Check your brake pads for rocks, especially if you hear a hissing sound when you apply the breaks. That's the lovely sound of rocks (stuck in the pads) grinding your rims to death. If you're riding a lot in wet weather this is something that you'll need to do quite often.


----------



## Kerry Irons (Feb 25, 2002)

*Overkilling?*



slow.climber said:


> I use ProLink and re-oil before every ride (some people re-oil very 50 miles or so). Every couple of hundred miles I remove the chain, toss it into a plastic bottle filled with degreaser, slosh it around for a bit, pull it out, rinse it down, DRY IT (10 minutes at 250 in the oven), and brush down gears and derailer pulleys. I've got a PowerLink on the chain so it only takes a few seconds to pop the link and pull the chain.
> 
> Lube the cables every time you do the chain.


Obviously a lot depends on your local riding environment, but I find that I only need to re-lube with ProLink every 350-400 miles. I never take the chain off for cleaning, and my chains last a long time.

I find that properly lubed cables might need a little oil every 5,000 miles or so. Again, your local riding conditions may require more frequent lubrication.

Here's how to lube a chain: 

Assuming we're talking road riding, use the following technique for successful ProLink or homebrew lube (1 part motor oil to 3-4 parts odorless mineral spirits) application and use:

1 - wipe the chain, cogs, pulleys, and chainrings clean with a rag. 
2 - drip on lube while pedaling slowly so that the chain just starts to drip lube. Aim the lube between the side plates and between the bushings and the side plates. 
3 - keep pedaling the cranks for a minute or so to loosen all the dirt on the chain and to get full penetration of the lube. 
4 - thoroughly wipe the chain, cogs, pulleys, and chainrings clean with a rag. 
5 - repeat steps 2-4 if the chain was really dirty 

Do this AFTER a ride, as you want to allow time for the solvent to evaporate before you head out on the road. If you do this every 300 miles or so (or when you get caught in the rain or other dirty conditions), you will not get any significant gunky buildup, and you won't have to remove the chain or the cassette to clean it. This leaves lube on the inside parts, and wipes it off the outside parts, minimizing dirt pickup.

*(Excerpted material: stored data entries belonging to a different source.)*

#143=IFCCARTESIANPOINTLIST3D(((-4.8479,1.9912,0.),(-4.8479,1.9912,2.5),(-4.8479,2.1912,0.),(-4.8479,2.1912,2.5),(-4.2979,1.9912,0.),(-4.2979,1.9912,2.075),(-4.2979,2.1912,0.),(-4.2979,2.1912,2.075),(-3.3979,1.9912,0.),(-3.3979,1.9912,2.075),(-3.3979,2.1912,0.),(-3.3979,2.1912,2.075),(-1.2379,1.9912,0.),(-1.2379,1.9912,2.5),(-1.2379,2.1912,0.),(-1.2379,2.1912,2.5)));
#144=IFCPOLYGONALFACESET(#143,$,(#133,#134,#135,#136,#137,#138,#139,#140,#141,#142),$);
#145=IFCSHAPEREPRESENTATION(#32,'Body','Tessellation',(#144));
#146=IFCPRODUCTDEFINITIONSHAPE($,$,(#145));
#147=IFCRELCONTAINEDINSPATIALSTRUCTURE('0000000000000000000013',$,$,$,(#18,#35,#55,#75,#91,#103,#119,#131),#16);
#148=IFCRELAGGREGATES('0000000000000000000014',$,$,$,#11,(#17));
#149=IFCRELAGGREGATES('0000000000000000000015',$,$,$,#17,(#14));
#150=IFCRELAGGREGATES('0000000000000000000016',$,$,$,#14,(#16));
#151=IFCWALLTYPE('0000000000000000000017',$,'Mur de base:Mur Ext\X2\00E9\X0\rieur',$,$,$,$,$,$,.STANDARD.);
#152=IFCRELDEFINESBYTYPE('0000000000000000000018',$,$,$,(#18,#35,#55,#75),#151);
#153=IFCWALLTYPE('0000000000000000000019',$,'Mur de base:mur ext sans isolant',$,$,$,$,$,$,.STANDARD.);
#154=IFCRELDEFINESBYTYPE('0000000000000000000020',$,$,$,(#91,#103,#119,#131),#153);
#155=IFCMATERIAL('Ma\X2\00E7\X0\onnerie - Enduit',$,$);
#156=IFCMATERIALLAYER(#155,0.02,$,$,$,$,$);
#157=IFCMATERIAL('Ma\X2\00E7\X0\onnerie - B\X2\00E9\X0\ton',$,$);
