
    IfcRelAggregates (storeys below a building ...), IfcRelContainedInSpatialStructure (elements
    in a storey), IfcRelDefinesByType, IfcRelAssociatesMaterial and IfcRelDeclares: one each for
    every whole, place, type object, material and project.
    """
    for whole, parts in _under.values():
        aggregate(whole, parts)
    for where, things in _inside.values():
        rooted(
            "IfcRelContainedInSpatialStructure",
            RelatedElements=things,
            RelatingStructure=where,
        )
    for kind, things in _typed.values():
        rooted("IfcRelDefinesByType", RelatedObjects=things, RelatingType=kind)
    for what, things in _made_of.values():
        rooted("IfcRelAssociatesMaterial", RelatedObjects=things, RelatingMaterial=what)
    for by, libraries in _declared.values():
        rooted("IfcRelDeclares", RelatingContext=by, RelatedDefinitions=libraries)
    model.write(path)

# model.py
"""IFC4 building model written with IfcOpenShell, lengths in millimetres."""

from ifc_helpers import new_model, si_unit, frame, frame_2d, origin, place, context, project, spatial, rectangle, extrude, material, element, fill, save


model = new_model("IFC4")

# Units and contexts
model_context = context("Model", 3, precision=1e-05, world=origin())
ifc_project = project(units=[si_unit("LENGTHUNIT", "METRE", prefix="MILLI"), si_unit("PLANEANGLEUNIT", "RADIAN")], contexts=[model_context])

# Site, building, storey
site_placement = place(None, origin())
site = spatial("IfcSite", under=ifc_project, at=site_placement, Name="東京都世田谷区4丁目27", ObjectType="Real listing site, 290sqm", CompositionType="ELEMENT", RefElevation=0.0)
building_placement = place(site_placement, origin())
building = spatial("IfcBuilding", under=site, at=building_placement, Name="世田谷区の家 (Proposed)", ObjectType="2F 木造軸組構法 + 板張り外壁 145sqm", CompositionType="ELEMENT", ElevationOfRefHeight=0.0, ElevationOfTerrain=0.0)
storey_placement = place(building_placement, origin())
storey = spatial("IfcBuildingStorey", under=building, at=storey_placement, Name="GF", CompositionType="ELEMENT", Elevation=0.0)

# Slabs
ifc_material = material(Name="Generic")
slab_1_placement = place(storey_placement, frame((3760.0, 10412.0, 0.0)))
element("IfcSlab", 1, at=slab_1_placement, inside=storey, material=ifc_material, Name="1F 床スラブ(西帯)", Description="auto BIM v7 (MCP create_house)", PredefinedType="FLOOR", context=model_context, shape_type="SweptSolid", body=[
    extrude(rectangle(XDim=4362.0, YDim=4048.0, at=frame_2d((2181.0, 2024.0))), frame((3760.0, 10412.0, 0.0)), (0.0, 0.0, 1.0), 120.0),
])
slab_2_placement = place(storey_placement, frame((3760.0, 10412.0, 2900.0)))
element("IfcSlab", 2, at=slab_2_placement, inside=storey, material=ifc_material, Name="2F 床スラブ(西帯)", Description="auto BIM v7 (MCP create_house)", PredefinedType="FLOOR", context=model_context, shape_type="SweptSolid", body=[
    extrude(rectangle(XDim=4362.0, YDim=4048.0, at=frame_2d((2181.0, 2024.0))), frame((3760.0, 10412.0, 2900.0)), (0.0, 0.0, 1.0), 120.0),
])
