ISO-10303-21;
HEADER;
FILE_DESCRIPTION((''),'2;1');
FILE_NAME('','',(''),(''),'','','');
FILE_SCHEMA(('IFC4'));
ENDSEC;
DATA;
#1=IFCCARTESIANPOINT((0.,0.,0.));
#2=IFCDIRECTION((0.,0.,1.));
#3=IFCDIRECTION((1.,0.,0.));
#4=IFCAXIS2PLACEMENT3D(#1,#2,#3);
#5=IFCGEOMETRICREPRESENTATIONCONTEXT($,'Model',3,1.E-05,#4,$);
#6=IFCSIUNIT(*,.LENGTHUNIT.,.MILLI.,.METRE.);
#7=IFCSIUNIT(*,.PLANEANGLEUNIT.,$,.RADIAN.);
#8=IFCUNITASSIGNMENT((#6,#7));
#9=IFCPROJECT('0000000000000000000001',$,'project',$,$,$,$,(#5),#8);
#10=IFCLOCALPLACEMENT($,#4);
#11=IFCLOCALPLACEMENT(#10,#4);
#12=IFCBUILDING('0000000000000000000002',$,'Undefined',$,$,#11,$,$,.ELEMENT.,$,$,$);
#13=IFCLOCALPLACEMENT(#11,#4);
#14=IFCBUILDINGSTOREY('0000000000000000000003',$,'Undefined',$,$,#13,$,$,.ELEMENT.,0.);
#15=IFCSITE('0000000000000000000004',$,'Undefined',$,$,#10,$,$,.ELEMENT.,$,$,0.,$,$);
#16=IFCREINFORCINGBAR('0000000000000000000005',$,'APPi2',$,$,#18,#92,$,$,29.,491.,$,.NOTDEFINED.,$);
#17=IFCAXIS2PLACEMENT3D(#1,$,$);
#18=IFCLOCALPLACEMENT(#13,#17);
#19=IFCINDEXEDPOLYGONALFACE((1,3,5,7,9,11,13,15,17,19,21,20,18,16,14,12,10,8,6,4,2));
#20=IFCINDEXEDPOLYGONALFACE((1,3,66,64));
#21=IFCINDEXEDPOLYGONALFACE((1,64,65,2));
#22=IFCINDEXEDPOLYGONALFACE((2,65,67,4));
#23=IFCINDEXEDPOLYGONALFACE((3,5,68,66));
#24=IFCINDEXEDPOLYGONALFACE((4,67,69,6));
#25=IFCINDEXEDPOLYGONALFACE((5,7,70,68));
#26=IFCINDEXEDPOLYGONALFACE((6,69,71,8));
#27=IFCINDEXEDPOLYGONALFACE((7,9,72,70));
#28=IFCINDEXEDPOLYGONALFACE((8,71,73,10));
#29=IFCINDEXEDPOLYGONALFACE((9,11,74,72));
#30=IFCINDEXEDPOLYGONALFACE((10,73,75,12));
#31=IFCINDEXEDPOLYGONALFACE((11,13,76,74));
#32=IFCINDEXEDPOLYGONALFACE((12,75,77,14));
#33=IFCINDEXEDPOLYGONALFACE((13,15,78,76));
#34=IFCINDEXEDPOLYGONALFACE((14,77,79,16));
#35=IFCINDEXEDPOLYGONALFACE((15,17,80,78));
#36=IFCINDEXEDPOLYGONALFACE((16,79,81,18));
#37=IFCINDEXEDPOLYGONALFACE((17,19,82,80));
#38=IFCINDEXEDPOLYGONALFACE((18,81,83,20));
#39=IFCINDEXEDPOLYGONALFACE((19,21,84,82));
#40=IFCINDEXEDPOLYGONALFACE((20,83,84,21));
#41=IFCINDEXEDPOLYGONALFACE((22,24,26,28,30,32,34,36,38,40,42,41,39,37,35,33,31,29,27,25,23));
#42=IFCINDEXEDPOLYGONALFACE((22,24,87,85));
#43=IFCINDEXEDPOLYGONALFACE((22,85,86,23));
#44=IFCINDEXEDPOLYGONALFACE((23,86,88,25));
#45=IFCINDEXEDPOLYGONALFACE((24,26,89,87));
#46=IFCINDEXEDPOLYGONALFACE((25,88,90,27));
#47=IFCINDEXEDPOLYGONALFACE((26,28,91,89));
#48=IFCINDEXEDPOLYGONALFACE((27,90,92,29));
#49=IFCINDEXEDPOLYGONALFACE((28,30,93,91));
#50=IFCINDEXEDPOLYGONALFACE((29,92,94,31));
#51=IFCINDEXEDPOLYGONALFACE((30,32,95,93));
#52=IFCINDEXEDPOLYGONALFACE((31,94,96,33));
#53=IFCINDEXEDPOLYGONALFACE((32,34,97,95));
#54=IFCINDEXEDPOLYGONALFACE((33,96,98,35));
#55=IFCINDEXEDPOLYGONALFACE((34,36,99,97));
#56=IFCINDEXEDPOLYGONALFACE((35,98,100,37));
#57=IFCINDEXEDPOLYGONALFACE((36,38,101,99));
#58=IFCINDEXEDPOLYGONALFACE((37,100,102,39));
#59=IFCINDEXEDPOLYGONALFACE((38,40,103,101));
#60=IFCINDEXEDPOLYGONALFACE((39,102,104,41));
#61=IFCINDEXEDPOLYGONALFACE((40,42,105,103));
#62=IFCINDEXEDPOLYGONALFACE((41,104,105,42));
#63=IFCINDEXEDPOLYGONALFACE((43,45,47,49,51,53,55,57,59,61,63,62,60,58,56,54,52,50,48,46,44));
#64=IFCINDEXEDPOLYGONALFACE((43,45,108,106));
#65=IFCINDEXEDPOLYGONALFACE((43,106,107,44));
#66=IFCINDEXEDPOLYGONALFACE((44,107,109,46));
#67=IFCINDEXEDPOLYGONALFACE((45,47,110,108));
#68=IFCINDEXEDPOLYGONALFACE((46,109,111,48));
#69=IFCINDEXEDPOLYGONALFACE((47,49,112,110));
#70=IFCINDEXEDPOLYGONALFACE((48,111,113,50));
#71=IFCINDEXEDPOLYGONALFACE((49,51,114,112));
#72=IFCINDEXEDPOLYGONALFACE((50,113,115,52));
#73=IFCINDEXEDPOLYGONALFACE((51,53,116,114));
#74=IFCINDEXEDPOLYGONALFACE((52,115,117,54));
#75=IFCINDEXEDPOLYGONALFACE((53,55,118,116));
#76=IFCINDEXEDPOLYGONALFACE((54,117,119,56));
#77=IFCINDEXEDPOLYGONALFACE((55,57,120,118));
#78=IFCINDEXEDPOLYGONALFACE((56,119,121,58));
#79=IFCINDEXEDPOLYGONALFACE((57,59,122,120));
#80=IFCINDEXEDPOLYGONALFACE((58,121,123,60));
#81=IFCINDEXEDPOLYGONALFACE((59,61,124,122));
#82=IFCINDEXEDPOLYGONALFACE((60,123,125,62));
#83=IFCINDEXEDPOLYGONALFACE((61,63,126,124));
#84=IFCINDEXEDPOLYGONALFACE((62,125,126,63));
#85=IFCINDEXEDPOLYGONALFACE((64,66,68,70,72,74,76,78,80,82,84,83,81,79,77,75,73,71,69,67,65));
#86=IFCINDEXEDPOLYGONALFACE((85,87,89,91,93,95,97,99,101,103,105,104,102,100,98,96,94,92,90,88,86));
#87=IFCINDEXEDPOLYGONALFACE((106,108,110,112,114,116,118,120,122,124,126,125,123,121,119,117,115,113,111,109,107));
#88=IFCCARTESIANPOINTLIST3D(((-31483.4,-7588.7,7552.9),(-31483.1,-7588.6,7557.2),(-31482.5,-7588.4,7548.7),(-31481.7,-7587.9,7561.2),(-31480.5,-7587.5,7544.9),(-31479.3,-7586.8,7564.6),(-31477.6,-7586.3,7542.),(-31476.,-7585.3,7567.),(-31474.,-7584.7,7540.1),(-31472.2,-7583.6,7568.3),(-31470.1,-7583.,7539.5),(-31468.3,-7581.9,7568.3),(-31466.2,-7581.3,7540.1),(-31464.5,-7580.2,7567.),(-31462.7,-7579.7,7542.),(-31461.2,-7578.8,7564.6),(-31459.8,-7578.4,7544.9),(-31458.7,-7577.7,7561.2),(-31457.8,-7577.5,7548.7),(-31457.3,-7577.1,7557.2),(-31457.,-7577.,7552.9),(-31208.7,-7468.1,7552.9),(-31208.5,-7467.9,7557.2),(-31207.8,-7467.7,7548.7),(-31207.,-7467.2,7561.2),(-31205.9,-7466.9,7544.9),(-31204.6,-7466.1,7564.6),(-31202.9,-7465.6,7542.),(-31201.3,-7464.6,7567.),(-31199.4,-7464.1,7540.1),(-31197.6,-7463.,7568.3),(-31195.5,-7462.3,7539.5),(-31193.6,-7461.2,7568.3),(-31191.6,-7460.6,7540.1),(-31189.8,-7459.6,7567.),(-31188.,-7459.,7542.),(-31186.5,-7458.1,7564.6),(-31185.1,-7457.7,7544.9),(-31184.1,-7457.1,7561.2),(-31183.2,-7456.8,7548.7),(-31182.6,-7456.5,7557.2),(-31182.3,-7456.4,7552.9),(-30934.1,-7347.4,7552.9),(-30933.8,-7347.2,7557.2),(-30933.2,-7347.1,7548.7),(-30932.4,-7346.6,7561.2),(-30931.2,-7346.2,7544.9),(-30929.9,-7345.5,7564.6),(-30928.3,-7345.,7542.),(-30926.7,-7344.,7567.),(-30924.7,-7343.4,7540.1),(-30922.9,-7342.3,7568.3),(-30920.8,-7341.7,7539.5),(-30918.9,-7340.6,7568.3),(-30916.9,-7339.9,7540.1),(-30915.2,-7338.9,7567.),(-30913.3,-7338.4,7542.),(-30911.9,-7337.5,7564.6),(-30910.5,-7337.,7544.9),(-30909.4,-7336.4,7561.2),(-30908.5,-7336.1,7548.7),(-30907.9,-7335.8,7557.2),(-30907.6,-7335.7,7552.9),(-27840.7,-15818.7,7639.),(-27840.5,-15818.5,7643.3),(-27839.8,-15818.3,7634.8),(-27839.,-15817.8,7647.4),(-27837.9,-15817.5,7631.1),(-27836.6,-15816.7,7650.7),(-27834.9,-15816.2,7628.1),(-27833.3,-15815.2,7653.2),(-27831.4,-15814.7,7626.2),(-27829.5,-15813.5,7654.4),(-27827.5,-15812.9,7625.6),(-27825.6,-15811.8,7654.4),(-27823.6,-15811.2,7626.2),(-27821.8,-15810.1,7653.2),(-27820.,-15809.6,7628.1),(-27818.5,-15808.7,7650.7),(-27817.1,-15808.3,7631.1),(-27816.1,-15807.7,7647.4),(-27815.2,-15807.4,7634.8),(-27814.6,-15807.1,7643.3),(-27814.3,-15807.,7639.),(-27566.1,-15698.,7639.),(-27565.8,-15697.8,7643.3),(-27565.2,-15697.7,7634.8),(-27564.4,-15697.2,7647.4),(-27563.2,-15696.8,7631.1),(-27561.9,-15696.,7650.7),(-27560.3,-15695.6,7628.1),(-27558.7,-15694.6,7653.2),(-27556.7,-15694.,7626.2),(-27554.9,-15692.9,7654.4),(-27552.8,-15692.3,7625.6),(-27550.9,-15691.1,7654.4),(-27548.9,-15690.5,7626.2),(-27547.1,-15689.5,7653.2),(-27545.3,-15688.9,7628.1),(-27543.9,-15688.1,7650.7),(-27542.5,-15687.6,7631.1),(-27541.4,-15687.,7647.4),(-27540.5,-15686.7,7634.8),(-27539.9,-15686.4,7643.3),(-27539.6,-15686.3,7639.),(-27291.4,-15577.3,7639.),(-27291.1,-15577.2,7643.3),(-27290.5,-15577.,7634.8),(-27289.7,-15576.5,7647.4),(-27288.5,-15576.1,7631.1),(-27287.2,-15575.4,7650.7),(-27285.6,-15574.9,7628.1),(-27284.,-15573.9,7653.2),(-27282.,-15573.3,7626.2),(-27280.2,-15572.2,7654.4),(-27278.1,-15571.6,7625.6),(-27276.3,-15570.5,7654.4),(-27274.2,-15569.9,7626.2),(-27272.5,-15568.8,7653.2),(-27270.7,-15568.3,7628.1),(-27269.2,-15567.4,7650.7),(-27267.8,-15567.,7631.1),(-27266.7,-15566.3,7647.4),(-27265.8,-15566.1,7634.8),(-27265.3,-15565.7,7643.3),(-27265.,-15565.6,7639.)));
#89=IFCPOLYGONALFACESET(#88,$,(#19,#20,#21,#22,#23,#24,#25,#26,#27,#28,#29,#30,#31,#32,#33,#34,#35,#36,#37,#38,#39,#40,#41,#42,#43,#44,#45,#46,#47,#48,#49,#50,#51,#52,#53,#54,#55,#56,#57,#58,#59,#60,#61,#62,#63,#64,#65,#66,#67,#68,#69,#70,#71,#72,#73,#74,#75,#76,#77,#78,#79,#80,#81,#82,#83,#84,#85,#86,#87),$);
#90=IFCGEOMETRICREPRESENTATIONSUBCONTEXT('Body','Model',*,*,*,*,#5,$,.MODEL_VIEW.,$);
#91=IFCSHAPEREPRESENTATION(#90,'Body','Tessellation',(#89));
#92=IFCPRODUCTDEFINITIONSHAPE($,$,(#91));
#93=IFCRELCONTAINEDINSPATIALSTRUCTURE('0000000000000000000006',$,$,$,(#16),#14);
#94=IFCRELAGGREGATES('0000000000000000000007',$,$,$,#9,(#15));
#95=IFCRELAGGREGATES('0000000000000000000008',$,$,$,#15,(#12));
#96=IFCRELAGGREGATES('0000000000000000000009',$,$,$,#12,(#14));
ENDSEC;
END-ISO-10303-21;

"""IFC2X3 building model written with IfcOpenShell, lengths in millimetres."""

from ifc_helpers import new_model, entity, si_unit, frame, origin_with_axes, place, context, subcontext, project, spatial, source, transform, mapped, element, save


model = new_model("IFC2X3")

# Units and contexts
model_context = context("Model", 3, precision=1e-05, world=origin_with_axes())
body_context = subcontext(model_context, "Body", "Model", "MODEL_VIEW")
ifc_project = project(units=[si_unit("LENGTHUNIT", "METRE", prefix="MILLI"), si_unit("PLANEANGLEUNIT", "RADIAN")], contexts=[model_context])

# Site, building, storey
site_placement = place(None, origin_with_axes())
site = spatial("IfcSite", under=ifc_project, at=site_placement, Name="Undefined", CompositionType="ELEMENT", RefElevation=0.0)
building_placement = place(site_placement, origin_with_axes())
building = spatial("IfcBuilding", under=site, at=building_placement, Name="Undefined", CompositionType="ELEMENT")
storey_placement = place(building_placement, origin_with_axes())
storey = spatial("IfcBuildingStorey", under=building, at=storey_placement, Name="Undefined", CompositionType="ELEMENT", Elevation=0.0)

# Reinforcing bar
shared_shape_1 = source(origin_with_axes(), body_context, "Body", "AdvancedSweptSolid", [
    entity("IfcSweptDiskSolid", entity("IfcTrimmedCurve", entity("IfcLine", entity("IfcCartesianPoint", [0.0, 0.0, 0.0]), entity("IfcVector", entity("IfcDirection", [1.0, 0.0, 0.0]), 1.0)), [entity("IfcParameterValue", 0.0)], [entity("IfcParameterValue", 9000.45365)], True, "PARAMETER"), 14.5, None, 0.0, 9000.5),
])
shared_shape_2 = source(origin_with_axes(), body_context, "Body", "AdvancedSweptSolid", [
    entity("IfcSweptDiskSolid", entity("IfcTrimmedCurve", entity("IfcLine", entity("IfcCartesianPoint", [0.0, 0.0, 0.0]), entity("IfcVector", entity("IfcDirection", [1.0, 0.0, 0.0]), 1.0)), [entity("IfcParameterValue", 0.0)], [entity("IfcParameterValue", 9000.45365)], True, "PARAMETER"), 14.5, None, 0.0, 9000.5),
])
shared_shape_3 = source(origin_with_axes(), body_context, "Body", "AdvancedSweptSolid", [
    entity("IfcSweptDiskSolid", entity("IfcTrimmedCurve", entity("IfcLine", entity("IfcCartesianPoint", [0.0, 0.0, 0.0]), entity("IfcVector", entity("IfcDirection", [1.0, 0.0, 0.0]), 1.0)), [entity("IfcParameterValue", 0.0)], [entity("IfcParameterValue", 9000.45365)], True, "PARAMETER"), 14.5, None, 0.0, 9000.5),
])
reinforcing_bar_1_placement = place(storey_placement, frame((-30920.9, -7341.6, 7554.0), z_axis=(0.003848, -0.008761, -0.999954), x_axis=(0.404721, -0.91439, 0.009569)))
element("IfcReinforcingBar", 1, at=reinforcing_bar_1_placement, inside=storey, Name="APPi2", BarRole="NOTDEFINED", CrossSectionArea=491.0, NominalDiameter=29.0, context=body_context, shape_type="MappedRepresentation", body=[
    mapped(shared_shape_1, transform((0.0, 0.0, 0.0))),
    mapped(shared_shape_2, transform((-0.8, 300.0, 0.0))),
    mapped(shared_shape_3, transform((-1.7, 600.0, 0.0))),
])

save(model, "model.ifc")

No lube is "perfect." A brite shiny chain that is clean to the touch but is well lubed and gives long mileage is still not possible. IMO, ProLink is the best compromise.


----------



## AndrwSwitch (May 28, 2009)

There's more here than I want to get into on maintenance etc., and for some people it's a religious topic...

As far as tires are concerned... Comfort is largely a function of air pressure, although a better-quality tire casing helps too. If the pressure that's comfortable for you is problematic - you'd experience pinch flats first, IME - a larger tire may be more forgiving.

When you build a new set of wheels, it's worthwhile to try to get the spoke tension even all around the wheel, or at least on each side - it will never match on a dished wheel, like most rear wheels. However, on a wheel with some miles, that's not always possible. Damage to the rim sometimes introduces odd bends or flat spots that may take uneven spoke tension to get rid of. So if it's round and true and all the spokes are under tension, don't worry about the rest.

On shifting - front shifts are typically a larger change in ratio and mechanically don't work as well. It's also not good for the drivetrain, and sometimes noisy, to cross-chain - large chain ring, large cog or small chain ring, small cog. I usually choose my chain ring based on terrain - flats vs. climbing vs. descending - and shift up and down the cassette to put my cadence where I like it.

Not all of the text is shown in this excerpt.